We also asked participants how they currently record their data and whether they feel confident that one of their colleagues could reproduce results and figures given the data and their notes. Most people reported using a lab notebook or online documents. The majority reported being “confident” or “somewhat confident” that their documentation was sufficient for their colleagues to reproduce their results, but nearly half the participants reported being “not very confident” while nobody chose the “Very confident” option.

plot of chunk plot-records

Finally, we asked participants how often they share their code/data/analysis and why they are doing it. Interestingly, “opinion of colleagues” seems to be one of the main drivers of sharing code/data/analysis. Indicating that “peer-pressure” is perceived as being more important than requirements by journals and funding agencies among the early adopters.
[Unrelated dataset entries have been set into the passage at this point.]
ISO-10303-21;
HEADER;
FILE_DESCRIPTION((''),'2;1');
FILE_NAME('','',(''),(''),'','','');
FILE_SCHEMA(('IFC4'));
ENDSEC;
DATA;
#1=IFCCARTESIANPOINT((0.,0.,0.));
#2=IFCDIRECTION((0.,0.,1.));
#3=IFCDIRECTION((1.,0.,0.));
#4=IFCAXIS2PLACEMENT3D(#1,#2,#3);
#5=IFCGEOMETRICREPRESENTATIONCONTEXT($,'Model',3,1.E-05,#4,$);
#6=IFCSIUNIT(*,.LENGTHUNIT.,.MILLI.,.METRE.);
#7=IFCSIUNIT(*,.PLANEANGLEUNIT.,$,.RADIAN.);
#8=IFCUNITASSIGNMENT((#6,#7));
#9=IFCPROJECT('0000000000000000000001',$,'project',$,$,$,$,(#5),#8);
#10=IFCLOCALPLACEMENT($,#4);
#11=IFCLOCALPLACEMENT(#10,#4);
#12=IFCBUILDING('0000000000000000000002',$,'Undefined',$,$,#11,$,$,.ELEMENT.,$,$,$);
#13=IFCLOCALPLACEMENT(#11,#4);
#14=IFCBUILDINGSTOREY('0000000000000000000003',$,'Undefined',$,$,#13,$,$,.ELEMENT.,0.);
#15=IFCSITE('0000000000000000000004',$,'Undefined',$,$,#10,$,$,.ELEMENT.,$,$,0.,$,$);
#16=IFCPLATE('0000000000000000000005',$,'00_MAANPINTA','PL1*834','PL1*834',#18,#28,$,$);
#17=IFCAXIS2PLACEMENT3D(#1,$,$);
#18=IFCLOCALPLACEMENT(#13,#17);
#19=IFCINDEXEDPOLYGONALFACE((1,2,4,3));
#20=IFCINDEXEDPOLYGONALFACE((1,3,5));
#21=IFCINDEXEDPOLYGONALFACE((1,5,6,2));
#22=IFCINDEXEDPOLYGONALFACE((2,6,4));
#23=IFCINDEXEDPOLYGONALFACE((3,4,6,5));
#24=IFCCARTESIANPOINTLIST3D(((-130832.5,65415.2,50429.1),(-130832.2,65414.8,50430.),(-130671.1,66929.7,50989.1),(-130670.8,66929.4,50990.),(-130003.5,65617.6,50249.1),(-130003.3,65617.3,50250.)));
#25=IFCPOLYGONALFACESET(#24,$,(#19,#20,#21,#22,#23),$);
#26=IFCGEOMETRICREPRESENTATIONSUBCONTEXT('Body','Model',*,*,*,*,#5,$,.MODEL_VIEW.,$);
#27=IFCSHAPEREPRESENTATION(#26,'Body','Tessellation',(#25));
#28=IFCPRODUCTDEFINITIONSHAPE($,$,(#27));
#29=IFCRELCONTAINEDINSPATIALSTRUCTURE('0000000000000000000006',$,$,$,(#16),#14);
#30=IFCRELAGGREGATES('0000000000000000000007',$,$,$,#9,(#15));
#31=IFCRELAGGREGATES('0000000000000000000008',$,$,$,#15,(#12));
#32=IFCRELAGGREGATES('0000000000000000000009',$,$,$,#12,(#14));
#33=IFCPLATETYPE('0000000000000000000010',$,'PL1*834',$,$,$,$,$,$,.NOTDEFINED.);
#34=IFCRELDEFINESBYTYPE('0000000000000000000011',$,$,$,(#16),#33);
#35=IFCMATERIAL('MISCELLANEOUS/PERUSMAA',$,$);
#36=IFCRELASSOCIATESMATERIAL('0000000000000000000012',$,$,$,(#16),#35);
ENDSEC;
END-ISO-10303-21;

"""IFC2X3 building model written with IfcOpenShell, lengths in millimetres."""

from ifc_helpers import new_model, si_unit, frame, origin_with_axes, place, context, subcontext, project, spatial, polyline, outline, extrude, material, type_object, element, save


model = new_model("IFC2X3")

# Units and contexts
model_context = context("Model", 3, precision=1e-05, world=origin_with_axes())
body_context = subcontext(model_context, "Body", "Model", "MODEL_VIEW")
ifc_project = project(units=[si_unit("LENGTHUNIT", "METRE", prefix="MILLI"), si_unit("PLANEANGLEUNIT", "RADIAN")], contexts=[model_context])

# Site, building, storey
site_placement = place(None, origin_with_axes())
site = spatial("IfcSite", under=ifc_project, at=site_placement, Name="Undefined", CompositionType="ELEMENT", RefElevation=0.0)
building_placement = place(site_placement, origin_with_axes())
building = spatial("IfcBuilding", under=site, at=building_placement, Name="Undefined", CompositionType="ELEMENT")
storey_placement = place(building_placement, origin_with_axes())
storey = spatial("IfcBuildingStorey", under=building, at=storey_placement, Name="Undefined", CompositionType="ELEMENT", Elevation=0.0)

# Plate
ifc_material = material(Name="MISCELLANEOUS/PERUSMAA")
plate_type_1 = type_object("IfcPlateType", Name="PL1*834", PredefinedType="NOTDEFINED")
plate_1_placement = place(storey_placement, frame((-130003.4, 65617.4, 50249.6), z_axis=(-0.280959, 0.359016, -0.890039), x_axis=(-0.950526, -0.232158, 0.206406)))
element("IfcPlate", 1, at=plate_1_placement, inside=storey, type_object=plate_type_1, material=ifc_material, Name="00_MAANPINTA", Description="PL1*834", ObjectType="PL1*834", context=body_context, shape_type="SweptSolid", body=[
    extrude(outline(polyline([(0.0, 0.0), (872.1, 0.0), (482.6, 1575.4), (0.0, 0.0)])), frame((0.0, 0.0, -0.5), z_axis=(0.0, 0.0, 1.0), x_axis=(1.0, 0.0, 0.0)), (0.0, 0.0, 1.0), 1.0),
])

save(model, "model.ifc")
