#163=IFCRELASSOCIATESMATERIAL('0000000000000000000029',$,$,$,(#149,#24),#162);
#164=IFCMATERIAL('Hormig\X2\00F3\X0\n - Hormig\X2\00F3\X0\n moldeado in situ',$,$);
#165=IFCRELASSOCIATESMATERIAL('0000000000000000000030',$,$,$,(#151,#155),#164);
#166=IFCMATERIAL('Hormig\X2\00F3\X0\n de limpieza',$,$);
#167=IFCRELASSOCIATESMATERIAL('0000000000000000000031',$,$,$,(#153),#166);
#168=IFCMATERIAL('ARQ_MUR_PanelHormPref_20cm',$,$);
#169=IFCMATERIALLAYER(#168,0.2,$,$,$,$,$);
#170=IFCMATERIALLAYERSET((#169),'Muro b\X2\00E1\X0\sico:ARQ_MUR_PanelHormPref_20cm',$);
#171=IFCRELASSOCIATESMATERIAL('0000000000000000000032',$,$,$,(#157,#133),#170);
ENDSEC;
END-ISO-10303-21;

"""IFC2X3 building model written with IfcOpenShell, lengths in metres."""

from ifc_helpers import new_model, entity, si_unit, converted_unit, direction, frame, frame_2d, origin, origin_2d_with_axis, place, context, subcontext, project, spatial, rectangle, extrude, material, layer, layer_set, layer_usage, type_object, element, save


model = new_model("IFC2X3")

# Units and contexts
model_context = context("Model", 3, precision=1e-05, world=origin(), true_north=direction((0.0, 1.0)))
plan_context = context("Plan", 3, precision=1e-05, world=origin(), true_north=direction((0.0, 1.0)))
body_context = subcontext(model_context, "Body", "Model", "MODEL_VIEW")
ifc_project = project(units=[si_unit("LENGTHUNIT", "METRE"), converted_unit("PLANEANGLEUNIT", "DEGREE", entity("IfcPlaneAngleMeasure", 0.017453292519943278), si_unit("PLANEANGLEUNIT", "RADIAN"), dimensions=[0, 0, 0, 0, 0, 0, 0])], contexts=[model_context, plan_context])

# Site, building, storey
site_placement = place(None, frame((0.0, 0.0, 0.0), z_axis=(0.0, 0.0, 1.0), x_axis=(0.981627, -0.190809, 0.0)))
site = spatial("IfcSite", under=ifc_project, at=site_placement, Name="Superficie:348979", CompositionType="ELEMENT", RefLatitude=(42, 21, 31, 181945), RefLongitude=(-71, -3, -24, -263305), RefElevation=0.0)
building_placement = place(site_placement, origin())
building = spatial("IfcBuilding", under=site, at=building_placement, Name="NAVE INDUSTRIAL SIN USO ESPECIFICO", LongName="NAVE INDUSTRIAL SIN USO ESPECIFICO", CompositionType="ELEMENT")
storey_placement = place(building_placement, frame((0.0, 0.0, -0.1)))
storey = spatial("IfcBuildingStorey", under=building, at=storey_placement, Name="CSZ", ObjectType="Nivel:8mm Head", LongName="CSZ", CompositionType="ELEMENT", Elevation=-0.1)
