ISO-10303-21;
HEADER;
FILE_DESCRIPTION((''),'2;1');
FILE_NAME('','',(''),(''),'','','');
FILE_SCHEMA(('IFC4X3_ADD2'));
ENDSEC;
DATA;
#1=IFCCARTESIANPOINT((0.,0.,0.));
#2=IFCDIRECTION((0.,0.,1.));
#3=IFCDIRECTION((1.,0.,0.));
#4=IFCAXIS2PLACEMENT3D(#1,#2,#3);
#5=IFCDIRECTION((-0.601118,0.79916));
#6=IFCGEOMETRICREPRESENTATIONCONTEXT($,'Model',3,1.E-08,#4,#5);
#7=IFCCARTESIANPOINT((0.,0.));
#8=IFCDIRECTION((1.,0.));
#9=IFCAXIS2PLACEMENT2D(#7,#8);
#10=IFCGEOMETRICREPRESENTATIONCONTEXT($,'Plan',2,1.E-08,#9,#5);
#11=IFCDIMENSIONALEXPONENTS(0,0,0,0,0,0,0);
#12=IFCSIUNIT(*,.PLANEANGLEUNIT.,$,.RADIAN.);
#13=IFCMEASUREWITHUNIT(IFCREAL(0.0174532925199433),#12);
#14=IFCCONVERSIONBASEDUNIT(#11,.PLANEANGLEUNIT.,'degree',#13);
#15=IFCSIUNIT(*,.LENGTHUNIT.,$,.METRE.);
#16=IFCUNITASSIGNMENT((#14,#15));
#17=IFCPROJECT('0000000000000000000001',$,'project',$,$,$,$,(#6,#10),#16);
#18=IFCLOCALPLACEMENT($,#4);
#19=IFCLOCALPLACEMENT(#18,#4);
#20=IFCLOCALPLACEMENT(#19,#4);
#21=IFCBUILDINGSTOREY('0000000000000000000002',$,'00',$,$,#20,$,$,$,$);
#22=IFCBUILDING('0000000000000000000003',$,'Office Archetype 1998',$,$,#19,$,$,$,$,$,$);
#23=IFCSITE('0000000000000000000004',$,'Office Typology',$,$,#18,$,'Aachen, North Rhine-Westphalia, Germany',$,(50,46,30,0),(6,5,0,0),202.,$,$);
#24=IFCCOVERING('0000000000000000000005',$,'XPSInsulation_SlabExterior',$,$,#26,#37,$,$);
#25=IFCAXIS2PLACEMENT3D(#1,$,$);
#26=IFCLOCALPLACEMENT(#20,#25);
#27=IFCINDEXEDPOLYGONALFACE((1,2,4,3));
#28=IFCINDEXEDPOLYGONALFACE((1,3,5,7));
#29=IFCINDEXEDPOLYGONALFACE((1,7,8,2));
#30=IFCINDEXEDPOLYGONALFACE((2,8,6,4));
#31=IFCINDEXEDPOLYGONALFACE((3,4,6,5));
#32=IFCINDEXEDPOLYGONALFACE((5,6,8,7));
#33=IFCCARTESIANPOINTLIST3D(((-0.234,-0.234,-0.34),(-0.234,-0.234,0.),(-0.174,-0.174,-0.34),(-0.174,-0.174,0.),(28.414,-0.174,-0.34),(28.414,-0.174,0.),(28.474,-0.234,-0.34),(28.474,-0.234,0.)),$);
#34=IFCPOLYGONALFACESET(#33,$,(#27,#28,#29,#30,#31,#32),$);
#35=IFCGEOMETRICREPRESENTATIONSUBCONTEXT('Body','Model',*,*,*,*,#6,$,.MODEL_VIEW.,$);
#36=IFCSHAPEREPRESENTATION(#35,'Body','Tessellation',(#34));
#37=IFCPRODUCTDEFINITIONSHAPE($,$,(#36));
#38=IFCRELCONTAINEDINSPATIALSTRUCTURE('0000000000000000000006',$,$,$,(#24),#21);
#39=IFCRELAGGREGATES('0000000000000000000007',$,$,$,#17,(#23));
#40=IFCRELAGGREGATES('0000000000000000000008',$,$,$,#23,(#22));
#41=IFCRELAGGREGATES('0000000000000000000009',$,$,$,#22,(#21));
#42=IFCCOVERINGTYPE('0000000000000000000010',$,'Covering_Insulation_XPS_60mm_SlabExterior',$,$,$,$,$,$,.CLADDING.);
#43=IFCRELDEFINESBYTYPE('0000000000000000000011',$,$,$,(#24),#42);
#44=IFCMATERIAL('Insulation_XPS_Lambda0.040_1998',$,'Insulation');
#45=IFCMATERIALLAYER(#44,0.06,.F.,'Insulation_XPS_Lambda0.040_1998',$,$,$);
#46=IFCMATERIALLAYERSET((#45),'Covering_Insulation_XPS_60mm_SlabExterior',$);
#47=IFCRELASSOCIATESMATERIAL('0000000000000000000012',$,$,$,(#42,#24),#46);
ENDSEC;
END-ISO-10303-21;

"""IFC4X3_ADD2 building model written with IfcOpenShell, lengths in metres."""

from ifc_helpers import new_model, entity, si_unit, converted_unit, direction, frame, origin_with_axes, origin_2d_with_axis, place, context, subcontext, project, spatial, line, indexed_curve, outline, extrude, material, layer, layer_set, layer_usage, type_object, element, save


model = new_model("IFC4X3_ADD2")

# Units and contexts
model_context = context("Model", 3, precision=1e-08, world=origin_with_axes(), true_north=direction((-0.601118, 0.79916)))
plan_context = context("Plan", 2, precision=1e-08, world=origin_2d_with_axis(), true_north=direction((-0.601118, 0.79916)))
body_context = subcontext(model_context, "Body", "Model", "MODEL_VIEW")
ifc_project = project(units=[converted_unit("PLANEANGLEUNIT", "degree", entity("IfcReal", 0.0174532925199433), si_unit("PLANEANGLEUNIT", "RADIAN"), dimensions=[0, 0, 0, 0, 0, 0, 0]), si_unit("LENGTHUNIT", "METRE")], contexts=[model_context, plan_context])

# Site, building, storey
site_placement = place(None, origin_with_axes())
site = spatial("IfcSite", under=ifc_project, at=site_placement, Name="Office Typology", LongName="Aachen, North Rhine-Westphalia, Germany", RefLatitude=(50, 46, 30, 0), RefLongitude=(6, 5, 0, 0), RefElevation=202.0)
building_placement = place(site_placement, origin_with_axes())
building = spatial("IfcBuilding", under=site, at=building_placement, Name="Office Archetype 1998")
storey_placement = place(building_placement, origin_with_axes())
storey = spatial("IfcBuildingStorey", under=building, at=storey_placement, Name="00")

# Shared definitions
ifc_material_1 = material(Name="Insulation_XPS_Lambda0.040_1998", Category="Insulation")

# Covering
ifc_layer_1 = layer(ifc_material_1, 0.06, ventilated=False, Name="Insulation_XPS_Lambda0.040_1998")
ifc_layer_set_1 = layer_set([ifc_layer_1], Name="Covering_Insulation_XPS_60mm_SlabExterior")
ifc_layer_usage_1 = layer_usage(ifc_layer_set_1, "AXIS2", "POSITIVE", 0.0)
covering_type_1 = type_object("IfcCoveringType", Name="Covering_Insulation_XPS_60mm_SlabExterior", PredefinedType="CLADDING", material=ifc_layer_set_1)
covering_1_placement = place(storey_placement, frame((-0.234, -0.234, -0.34), z_axis=(0.0, 0.0, 1.0), x_axis=(1.0, 0.0, 0.0)))
element("IfcCovering", 1, at=covering_1_placement, inside=storey, type_object=covering_type_1, material=ifc_layer_usage_1, Name="XPSInsulation_SlabExterior", context=body_context, shape_type="SweptSolid", body=[
    extrude(outline(indexed_curve([(0.0, 0.0), (0.06, 0.06), (28.648, 0.06), (28.708, 0.0)], segments=[line(1, 2, 3, 4, 1)])), origin_with_axes(), (0.0, 0.0, 1.0), 0.34),
])

save(model, "model.ifc")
plot of chunk plot-sharing

Organization of the workshop

We kicked off the workshop by asking participants the tools and methods they currently use to document their analyses. Even though we asked a similar question in the pre-workshop survey, we have found that this exercise is a great way to break the ice, and get the conversation started at the beginning of the workshop.

Tools and methods used by participants

Ciera taught a module that highlights the common challenges associated with working in a non-reproducible context. We asked participants to generate simple plots from the Gapminder dataset and to write the documentation needed to reproduce it. They then gave this documentation to their neighbors who tried to make the plots following the instructions provided. For this exercise, most participants resorted to Excel and they realized how challenging it was to write detailed enough instructions to have someone repeat a plot. After this exercise, they were introduced to literate programming in R using knitr and Rmarkdown. Participants who discovered this approach for the first time expressed that this had a certain “WOW-effect”.

In the afternoon of the second day, Hilmar introduced best practices on how to name and organize files to facilitate reproducibility, while working with a slightly more realisitic knitr document. Participants experienced the benefit of programmatic modifications of the data. Overall, this module was really well received because it provided participants with many tips and best practices to organize files in research projects.

Ciera and Hilmar

During the first workshop at Duke, participants repeatedly requested to learn more about version control, especially Git and GitHub. Karen Cranston improvised a demonstration on the spot, but for the second workshop we came better prepared and Ciera put together a lesson (adapted from Software Carpentry) using the GitHub GUI tool. Participants clearly understood the benefit of version control, and starting with the GUI made it easily accessible to most participants. However, because of the variety of operating systems (and versions), it was difficult to provide instructions that worked for everyone, especially given that some participants had operating systems that did not support the GUI.

For the rest of the second day, François covered how to organize code into functions within a knitr document to automate the generation of the intermediate datasets, figures and manuscript. While most participants have had previous experience with R, few knew how to write functions. This was a good time to introduce them to this (sometimes) underrated approach at organizing code.

To finish off these 2 days, Hilmar covered the different licenses and publishing platforms that allow researchers to make their manuscripts, code and data publicly available. Most participants had heard of Creative Commons licenses or Dryad but few knew enough to navigate this growing ecosystem.

Overall, the workshop was well received by participants. 87% indicated in the post-workshop survey that their ability to conduct reproducible was higher or much higher than prior to the workshop.

Resources


[1]: Some participants cancelled at the last minute and others who participated in the workshop didn't fill out the survey. Therefore, we don't have an exact correspondence between the number of respondents and the participants.